Test Cases for Problems
Test cases are used to automate the marking of student code submissions.
There are four types of test cases, which are described below. By default, all test cases are Validate test cases. This is the vast majority of test cases used on Grok.
Enabling other types of Test Cases
By default, all test cases are Validate test cases. You can enable the other types of test cases using the Show Advanced option on the Problem, see screenshot below. Then change the Test Case Type to one of the below types.
Types of Test Cases
By default, all test cases are Validate test cases. See above for how to enable other types of test cases.
Type of Test Case | Correctness Typically used to assess the correctness of the solution |
Elegance Typically used to assess the style & elegance of the solution (rather than the correctness). |
Normal | Validate
|
Suggest
|
Assignment | Assess
|
Review
|
What's the practical difference between Validate and Suggest test cases?
Essentially, it is:
- The user experience of passing vs not passing the Validate tests. This does not impact tutor ability to see the students' latest Marked submission
- Validate test cases only run if the previous one passed, whereas ALL the Suggest test cases run. There is an advanced option to "group" Validate test cases in which case all tests in the group will run at once. See below about setting this up.
Using Test Cases for Assessments
With test cases, what Grok envisions is that one would set an appropriate minimum acceptance criteria using the Validate test cases (e.g. Is the output format correct? Does it pass the example input/output pairs in the problem description? etc). One would use the Assess test cases to test for harder or more nuanced cases. The idea being that students who pass more Assess test cases will achieve higher marks.
Generally we (Grok) assume that any student who passes the Validate test cases will receive a passing mark for this assessment. That's not a requirement, of course. But it's our recommendation, and how the system was designed to work. That's also not to say that you can't still assess the students who don't pass all the Validate cases - you absolutely can assess their submissions and assign them a mark.
Checker Options
Each test case has a number of optional checker options which are passed to the checker. The appropriate checker must be used for these options to pass through successfully. The most common output checker used for Python code is the "Differ". This diffs the input and output of the program with the expected input and output of the test case.
Friendliness
The friendliness options only apply when using the Differ checker. They are set in the following interface:
The differ operates by comparing the expected input and output to the actual input and output.
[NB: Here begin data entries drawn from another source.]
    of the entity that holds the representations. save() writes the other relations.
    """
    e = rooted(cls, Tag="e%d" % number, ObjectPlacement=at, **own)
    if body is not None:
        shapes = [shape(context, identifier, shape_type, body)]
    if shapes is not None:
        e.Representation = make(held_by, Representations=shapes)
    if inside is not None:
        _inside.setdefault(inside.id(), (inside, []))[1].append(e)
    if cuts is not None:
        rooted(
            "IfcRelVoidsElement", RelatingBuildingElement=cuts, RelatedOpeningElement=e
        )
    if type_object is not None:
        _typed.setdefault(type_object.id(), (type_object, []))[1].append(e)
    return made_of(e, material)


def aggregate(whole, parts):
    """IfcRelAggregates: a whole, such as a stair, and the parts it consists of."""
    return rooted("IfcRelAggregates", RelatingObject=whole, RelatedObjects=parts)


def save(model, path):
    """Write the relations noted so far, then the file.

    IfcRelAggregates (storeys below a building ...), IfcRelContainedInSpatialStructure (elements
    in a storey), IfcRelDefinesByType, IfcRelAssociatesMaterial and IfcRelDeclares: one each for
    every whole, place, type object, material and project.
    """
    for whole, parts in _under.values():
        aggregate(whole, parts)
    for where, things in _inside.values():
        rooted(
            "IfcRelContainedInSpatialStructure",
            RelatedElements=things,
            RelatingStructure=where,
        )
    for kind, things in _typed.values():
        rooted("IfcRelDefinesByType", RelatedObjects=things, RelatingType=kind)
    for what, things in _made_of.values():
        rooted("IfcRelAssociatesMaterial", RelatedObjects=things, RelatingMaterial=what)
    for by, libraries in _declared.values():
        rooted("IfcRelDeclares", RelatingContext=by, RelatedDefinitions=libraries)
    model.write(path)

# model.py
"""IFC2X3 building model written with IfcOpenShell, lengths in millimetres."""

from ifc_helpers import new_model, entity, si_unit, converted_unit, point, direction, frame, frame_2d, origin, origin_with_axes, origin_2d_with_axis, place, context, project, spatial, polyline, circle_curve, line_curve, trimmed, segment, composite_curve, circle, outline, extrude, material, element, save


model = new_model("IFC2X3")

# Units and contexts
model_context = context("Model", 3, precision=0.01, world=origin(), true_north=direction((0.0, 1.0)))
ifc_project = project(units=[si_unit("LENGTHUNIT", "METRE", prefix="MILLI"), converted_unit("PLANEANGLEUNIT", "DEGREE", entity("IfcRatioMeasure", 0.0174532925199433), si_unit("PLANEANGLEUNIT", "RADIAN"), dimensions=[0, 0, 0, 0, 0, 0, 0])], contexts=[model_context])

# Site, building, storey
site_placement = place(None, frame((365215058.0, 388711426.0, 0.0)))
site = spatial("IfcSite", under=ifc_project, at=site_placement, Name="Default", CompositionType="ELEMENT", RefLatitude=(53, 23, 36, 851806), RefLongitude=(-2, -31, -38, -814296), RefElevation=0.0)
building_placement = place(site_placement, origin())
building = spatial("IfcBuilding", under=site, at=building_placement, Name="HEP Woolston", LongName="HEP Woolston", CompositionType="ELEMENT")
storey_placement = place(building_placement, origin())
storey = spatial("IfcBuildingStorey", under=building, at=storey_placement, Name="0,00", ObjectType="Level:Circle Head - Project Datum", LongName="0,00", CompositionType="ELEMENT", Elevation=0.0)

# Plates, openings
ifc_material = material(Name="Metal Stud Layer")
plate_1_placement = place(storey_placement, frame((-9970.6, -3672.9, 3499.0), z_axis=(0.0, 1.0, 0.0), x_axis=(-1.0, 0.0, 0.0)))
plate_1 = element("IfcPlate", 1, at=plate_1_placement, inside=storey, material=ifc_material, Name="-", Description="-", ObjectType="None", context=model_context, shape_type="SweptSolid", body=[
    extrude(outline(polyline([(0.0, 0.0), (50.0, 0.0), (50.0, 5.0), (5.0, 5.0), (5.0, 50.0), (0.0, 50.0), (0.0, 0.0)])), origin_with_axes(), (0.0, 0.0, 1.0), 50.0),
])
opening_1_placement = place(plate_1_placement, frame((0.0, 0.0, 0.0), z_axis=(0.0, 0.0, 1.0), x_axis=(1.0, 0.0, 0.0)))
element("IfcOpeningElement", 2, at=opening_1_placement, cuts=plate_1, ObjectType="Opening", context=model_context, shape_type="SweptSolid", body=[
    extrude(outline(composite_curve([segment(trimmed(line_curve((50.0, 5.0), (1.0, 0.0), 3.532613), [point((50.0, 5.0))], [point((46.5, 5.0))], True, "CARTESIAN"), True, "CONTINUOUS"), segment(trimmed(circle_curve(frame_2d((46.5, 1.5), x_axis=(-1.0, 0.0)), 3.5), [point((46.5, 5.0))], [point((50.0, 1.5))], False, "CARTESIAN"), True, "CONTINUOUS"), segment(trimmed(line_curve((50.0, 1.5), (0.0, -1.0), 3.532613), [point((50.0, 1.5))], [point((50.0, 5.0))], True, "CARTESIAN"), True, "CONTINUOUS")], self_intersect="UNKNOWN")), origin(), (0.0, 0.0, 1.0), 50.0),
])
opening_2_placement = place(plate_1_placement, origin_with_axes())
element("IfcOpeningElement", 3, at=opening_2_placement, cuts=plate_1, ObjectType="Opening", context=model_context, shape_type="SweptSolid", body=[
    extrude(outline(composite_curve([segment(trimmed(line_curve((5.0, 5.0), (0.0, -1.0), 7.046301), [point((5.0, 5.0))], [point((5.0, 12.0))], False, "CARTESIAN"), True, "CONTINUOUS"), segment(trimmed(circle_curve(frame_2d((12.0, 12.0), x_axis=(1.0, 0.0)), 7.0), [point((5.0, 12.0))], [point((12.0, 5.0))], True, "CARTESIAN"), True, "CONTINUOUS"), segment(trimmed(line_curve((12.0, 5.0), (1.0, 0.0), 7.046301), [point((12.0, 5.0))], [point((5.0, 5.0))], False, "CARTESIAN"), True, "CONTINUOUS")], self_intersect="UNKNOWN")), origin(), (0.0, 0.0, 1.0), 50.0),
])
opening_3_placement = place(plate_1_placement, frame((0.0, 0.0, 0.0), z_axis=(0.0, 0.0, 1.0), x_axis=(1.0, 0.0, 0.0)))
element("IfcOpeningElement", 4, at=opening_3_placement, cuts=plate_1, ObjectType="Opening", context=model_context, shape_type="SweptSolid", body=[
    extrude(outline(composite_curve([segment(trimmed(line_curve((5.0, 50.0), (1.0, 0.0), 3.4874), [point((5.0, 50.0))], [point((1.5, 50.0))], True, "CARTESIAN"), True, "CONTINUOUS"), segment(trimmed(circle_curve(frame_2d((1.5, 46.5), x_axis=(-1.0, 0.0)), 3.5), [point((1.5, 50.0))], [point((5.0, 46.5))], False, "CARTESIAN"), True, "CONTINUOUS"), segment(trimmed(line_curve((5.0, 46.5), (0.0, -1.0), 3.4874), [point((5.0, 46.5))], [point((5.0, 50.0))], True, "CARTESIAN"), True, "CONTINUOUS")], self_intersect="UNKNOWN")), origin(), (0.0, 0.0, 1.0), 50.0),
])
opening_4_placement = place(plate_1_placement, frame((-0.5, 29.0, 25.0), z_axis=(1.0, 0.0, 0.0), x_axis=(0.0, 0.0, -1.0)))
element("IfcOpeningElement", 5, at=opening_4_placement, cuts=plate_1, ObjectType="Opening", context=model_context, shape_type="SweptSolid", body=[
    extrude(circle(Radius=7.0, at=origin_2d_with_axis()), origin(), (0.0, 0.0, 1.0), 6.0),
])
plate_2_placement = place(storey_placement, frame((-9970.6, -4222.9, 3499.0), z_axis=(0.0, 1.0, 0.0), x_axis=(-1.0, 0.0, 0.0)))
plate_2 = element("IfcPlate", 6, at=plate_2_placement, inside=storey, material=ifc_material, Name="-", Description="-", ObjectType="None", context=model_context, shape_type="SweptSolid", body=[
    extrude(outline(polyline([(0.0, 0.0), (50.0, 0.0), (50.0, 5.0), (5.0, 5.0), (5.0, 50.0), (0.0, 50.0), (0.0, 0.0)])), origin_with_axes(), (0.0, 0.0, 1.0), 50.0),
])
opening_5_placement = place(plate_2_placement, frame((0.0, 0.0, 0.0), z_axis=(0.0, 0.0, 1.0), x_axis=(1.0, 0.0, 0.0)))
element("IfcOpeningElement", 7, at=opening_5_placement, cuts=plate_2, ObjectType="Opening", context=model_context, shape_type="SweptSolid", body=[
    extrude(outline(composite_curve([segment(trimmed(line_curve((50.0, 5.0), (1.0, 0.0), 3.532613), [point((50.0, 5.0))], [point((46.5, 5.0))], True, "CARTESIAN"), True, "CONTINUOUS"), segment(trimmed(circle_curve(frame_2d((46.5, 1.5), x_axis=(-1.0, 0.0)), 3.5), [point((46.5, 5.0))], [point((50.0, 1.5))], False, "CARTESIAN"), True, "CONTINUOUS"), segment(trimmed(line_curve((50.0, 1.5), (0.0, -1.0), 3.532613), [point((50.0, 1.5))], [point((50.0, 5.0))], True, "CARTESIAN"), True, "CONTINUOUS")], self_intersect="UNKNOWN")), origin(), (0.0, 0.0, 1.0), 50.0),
- Space (ignore whitespace) - removes all whitespace from the actual and expected before diffing
- Punct (ignore punctuation) - removes all punctuation from the actual and expected before diffing
- Case (ignore case) - converts the actual and expected to lowercase before diffing
- Sort (ignore line order) - lexicographically sorts all of the lines of actual and expected before diffing
- Sort | Uniq (ignore line order and duplicates) - does `sort` and then removes duplicate lines in actual and expected before diffing
- Norm floats (round floating point numbers) - round all floating point numbers to the provided number of significant figures in actual and expected before diffing (note significant figures not decimal places)
- Slice from (ignore lines from N) - remove the first N lines of output from actual and expected before diffing. This happens before sort and sort | uniq.
- Slice to (ignore lines to N) - remove after N from actual and expected before diffing. If set to a negative number, it counts down from the last line (like Python slices). This happens before sort and sort | uniq.
Grouping Tests
- Test 1: Simple validation test with example to ensure code runs at all
- Tests 2 - 5: Validation tests of edge cases. Only run if Test 1 passes.
- Tests 6 - 8: Assess tests to assist manual marking. Only run if all Tests 2 - 5 pass.
Changing behaviour when a Validation test fails
Another way to get the results of all tests, even when an earlier validation test fails, is to alter the problem's validation test behaviour.
Options are:
- Stop on fail - If a validation test fails, do not run any further tests beyond the current group, and do not show the results of any later tests in the current group
- Stop on fail but show all group results - As above, but show all results for the current test group (even if they occur after the failing test)
- Continue on fail - Run and show results of all tests, regardless of earlier test failures.